In 2021, gun groups in Texas spent the most of any state, according to OpenSecrets data, with $963,000 in lobbying expenditures for gun rights. The nonprofit also found that Sen. Ted Cruz (R-TX), who opposed the recent gun safety bill, has received the most campaign contributions throughout his career.

And while the recent gun safety law found some consensus among politicians, the complicated issue is far from resolved in the wake of yet another mass shooting that took place in Highland Park, Illinois, over the Fourth of July weekend.

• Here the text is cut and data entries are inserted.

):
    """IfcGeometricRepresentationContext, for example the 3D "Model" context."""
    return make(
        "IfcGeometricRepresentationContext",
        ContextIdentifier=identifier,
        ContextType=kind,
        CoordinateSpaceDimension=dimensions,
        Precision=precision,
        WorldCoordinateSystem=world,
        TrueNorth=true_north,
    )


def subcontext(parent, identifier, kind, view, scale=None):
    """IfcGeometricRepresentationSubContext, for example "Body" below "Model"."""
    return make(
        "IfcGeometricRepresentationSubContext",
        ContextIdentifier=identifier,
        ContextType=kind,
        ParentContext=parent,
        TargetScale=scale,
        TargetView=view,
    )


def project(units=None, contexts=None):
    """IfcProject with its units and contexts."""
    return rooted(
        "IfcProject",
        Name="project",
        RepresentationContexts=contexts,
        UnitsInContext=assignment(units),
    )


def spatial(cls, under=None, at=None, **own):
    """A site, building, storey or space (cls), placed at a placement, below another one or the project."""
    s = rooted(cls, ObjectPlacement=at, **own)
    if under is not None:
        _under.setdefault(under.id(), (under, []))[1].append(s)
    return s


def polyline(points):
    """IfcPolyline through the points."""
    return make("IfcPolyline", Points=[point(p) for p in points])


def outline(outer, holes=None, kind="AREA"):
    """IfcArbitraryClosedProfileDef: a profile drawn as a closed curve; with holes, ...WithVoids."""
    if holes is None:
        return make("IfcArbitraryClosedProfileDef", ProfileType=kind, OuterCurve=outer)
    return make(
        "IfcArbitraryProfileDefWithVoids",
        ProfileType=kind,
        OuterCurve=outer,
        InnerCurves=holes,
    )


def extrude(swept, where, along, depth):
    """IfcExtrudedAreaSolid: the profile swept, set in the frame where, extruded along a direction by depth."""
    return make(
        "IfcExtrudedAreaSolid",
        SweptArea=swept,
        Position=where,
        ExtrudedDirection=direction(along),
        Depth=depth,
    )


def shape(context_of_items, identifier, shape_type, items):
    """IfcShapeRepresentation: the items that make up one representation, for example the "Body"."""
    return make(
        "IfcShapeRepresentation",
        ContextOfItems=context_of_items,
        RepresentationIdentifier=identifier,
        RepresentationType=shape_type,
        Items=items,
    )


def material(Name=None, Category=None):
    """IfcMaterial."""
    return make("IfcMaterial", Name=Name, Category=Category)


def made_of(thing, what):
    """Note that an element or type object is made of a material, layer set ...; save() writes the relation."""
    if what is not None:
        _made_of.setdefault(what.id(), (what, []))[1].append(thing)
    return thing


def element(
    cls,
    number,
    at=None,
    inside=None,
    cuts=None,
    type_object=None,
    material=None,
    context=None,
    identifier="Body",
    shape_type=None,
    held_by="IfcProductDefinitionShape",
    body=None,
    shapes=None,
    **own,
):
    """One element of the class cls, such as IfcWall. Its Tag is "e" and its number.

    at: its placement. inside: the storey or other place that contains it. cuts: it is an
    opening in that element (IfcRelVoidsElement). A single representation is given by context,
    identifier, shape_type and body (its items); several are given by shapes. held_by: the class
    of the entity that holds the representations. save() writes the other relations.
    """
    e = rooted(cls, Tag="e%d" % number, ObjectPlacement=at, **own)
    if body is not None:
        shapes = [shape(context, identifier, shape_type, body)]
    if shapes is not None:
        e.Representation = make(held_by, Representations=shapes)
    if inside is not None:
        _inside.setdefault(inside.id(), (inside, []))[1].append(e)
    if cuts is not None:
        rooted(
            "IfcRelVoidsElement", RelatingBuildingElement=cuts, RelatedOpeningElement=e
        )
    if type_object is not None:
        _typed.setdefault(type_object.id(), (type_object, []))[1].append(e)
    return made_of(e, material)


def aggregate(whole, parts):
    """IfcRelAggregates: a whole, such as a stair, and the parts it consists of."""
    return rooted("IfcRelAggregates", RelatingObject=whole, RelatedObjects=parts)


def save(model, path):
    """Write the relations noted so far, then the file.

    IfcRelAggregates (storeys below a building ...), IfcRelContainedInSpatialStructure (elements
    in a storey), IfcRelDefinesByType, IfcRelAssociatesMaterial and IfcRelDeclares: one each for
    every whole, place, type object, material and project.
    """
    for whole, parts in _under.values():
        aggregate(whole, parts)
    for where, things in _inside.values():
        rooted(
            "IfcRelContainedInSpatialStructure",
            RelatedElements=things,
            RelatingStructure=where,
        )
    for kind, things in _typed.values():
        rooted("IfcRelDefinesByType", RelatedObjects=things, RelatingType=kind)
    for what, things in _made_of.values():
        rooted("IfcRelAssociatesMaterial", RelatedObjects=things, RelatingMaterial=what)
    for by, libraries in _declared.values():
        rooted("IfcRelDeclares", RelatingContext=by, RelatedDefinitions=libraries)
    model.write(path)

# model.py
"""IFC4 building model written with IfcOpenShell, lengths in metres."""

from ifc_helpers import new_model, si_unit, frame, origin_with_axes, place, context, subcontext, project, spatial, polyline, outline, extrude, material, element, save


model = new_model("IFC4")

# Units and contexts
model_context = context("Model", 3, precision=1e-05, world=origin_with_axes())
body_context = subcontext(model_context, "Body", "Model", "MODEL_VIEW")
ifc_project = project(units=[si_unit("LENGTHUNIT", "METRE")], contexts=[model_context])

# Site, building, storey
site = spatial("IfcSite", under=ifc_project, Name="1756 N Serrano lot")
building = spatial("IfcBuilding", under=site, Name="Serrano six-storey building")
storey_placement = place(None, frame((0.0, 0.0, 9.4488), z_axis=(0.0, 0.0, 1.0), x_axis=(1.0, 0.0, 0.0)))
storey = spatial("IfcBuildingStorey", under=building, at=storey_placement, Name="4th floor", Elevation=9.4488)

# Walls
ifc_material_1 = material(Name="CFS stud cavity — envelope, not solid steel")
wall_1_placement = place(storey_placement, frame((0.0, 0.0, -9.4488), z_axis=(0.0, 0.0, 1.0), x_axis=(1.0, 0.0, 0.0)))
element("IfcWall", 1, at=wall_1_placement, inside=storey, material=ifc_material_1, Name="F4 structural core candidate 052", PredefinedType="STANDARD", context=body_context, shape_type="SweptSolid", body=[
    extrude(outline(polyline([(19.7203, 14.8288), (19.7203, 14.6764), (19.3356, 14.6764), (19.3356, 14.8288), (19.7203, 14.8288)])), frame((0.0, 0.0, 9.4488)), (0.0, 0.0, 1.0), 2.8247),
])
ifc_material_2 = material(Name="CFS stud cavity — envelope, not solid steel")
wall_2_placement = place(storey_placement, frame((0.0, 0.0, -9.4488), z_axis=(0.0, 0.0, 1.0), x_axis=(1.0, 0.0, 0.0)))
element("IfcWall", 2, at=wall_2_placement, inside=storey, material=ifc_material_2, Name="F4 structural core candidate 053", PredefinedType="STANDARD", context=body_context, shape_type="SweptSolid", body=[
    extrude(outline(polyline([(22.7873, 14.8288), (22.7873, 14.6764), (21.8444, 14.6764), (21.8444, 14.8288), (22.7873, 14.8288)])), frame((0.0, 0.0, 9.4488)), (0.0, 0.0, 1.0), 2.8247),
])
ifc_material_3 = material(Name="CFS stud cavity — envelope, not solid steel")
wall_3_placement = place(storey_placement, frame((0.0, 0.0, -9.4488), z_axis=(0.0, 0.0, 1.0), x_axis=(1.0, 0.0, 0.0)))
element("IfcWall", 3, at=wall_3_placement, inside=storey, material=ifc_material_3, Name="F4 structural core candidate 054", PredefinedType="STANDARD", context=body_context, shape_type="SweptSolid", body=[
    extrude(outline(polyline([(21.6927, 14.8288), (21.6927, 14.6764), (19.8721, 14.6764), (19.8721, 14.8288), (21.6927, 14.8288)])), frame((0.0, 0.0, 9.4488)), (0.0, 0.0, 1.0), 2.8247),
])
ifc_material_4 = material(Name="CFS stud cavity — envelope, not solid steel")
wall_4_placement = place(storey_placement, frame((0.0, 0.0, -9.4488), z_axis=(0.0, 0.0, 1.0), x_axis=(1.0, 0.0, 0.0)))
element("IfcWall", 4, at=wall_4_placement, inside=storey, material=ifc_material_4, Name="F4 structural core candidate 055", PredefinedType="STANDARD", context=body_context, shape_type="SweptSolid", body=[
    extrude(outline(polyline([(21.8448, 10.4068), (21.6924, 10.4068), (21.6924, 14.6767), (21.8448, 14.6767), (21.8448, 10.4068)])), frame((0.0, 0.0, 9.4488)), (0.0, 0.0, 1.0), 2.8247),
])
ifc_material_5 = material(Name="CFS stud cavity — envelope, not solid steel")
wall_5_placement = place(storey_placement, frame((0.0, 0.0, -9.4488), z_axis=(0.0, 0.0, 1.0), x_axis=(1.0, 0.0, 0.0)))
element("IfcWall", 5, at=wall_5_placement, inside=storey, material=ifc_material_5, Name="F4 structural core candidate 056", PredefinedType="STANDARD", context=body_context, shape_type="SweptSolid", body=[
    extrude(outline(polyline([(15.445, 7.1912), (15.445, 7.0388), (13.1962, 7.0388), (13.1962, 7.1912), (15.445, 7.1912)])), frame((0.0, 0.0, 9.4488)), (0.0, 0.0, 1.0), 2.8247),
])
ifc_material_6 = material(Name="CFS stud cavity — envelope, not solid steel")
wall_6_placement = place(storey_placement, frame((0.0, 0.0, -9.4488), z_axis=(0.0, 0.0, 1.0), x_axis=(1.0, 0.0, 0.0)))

"Different states have different versions of similar laws (extreme risk protection orders — ERPO) and some have none," University of Michigan Professor Marc Zimmerman told Yahoo Finance. "What we need is to study which existing laws are effective. We also need research on how laws are implemented and how that might affect their effectiveness."

Gun safety research has been underfunded in recent decades, though there are some emerging trends.

For instance, "background checks may not eliminate unlawfully gained firearms, but they may eliminate impulsive behaviors that could be detected with some time to look into the individual purchasing the firearm," said Zimmerman, who is also the co-director of the Institute for Firearm Injury Prevention (IFIP) at the University of Michigan. "So they are part of the solution, but they are not the only thing we can do to address the firearm injury epidemic."

A child holds a firearm on display at the National Rifle Association (NRA) annual convention in Houston, Texas, U.S. May 29, 2022. REUTERS/Callaghan O'Hare
A child holds a firearm on display at the National Rifle Association (NRA) annual convention in Houston, Texas, U.S. May 29, 2022. REUTERS/Callaghan O'Hare

Another aspect that the bipartisan gun law aims to address is preventing those with mental health concerns from accessing firearms.

"We need to recognize that for younger individuals (those under 25), the brain is not fully developed so they may not make decisions like adults and may be more impulsive," Zimmerman said. "Mix that with fewer conflict management skills and lower-level conflicts (physical fighting) can escalate into retaliation with firearms."

Zimmerman stressed that Americans "own guns and gun ownership is not going away," highlighting that the majority of gun owners are responsible when handling personal firearms.

"Yet these deaths and injuries are preventable, and it is especially concerning when one person can cause so much death and injury from a single incident," he said. "We have to get away from the politicizing of this issue and just roll up our sleeves and do what we need to do to help prevent these incidents from happening."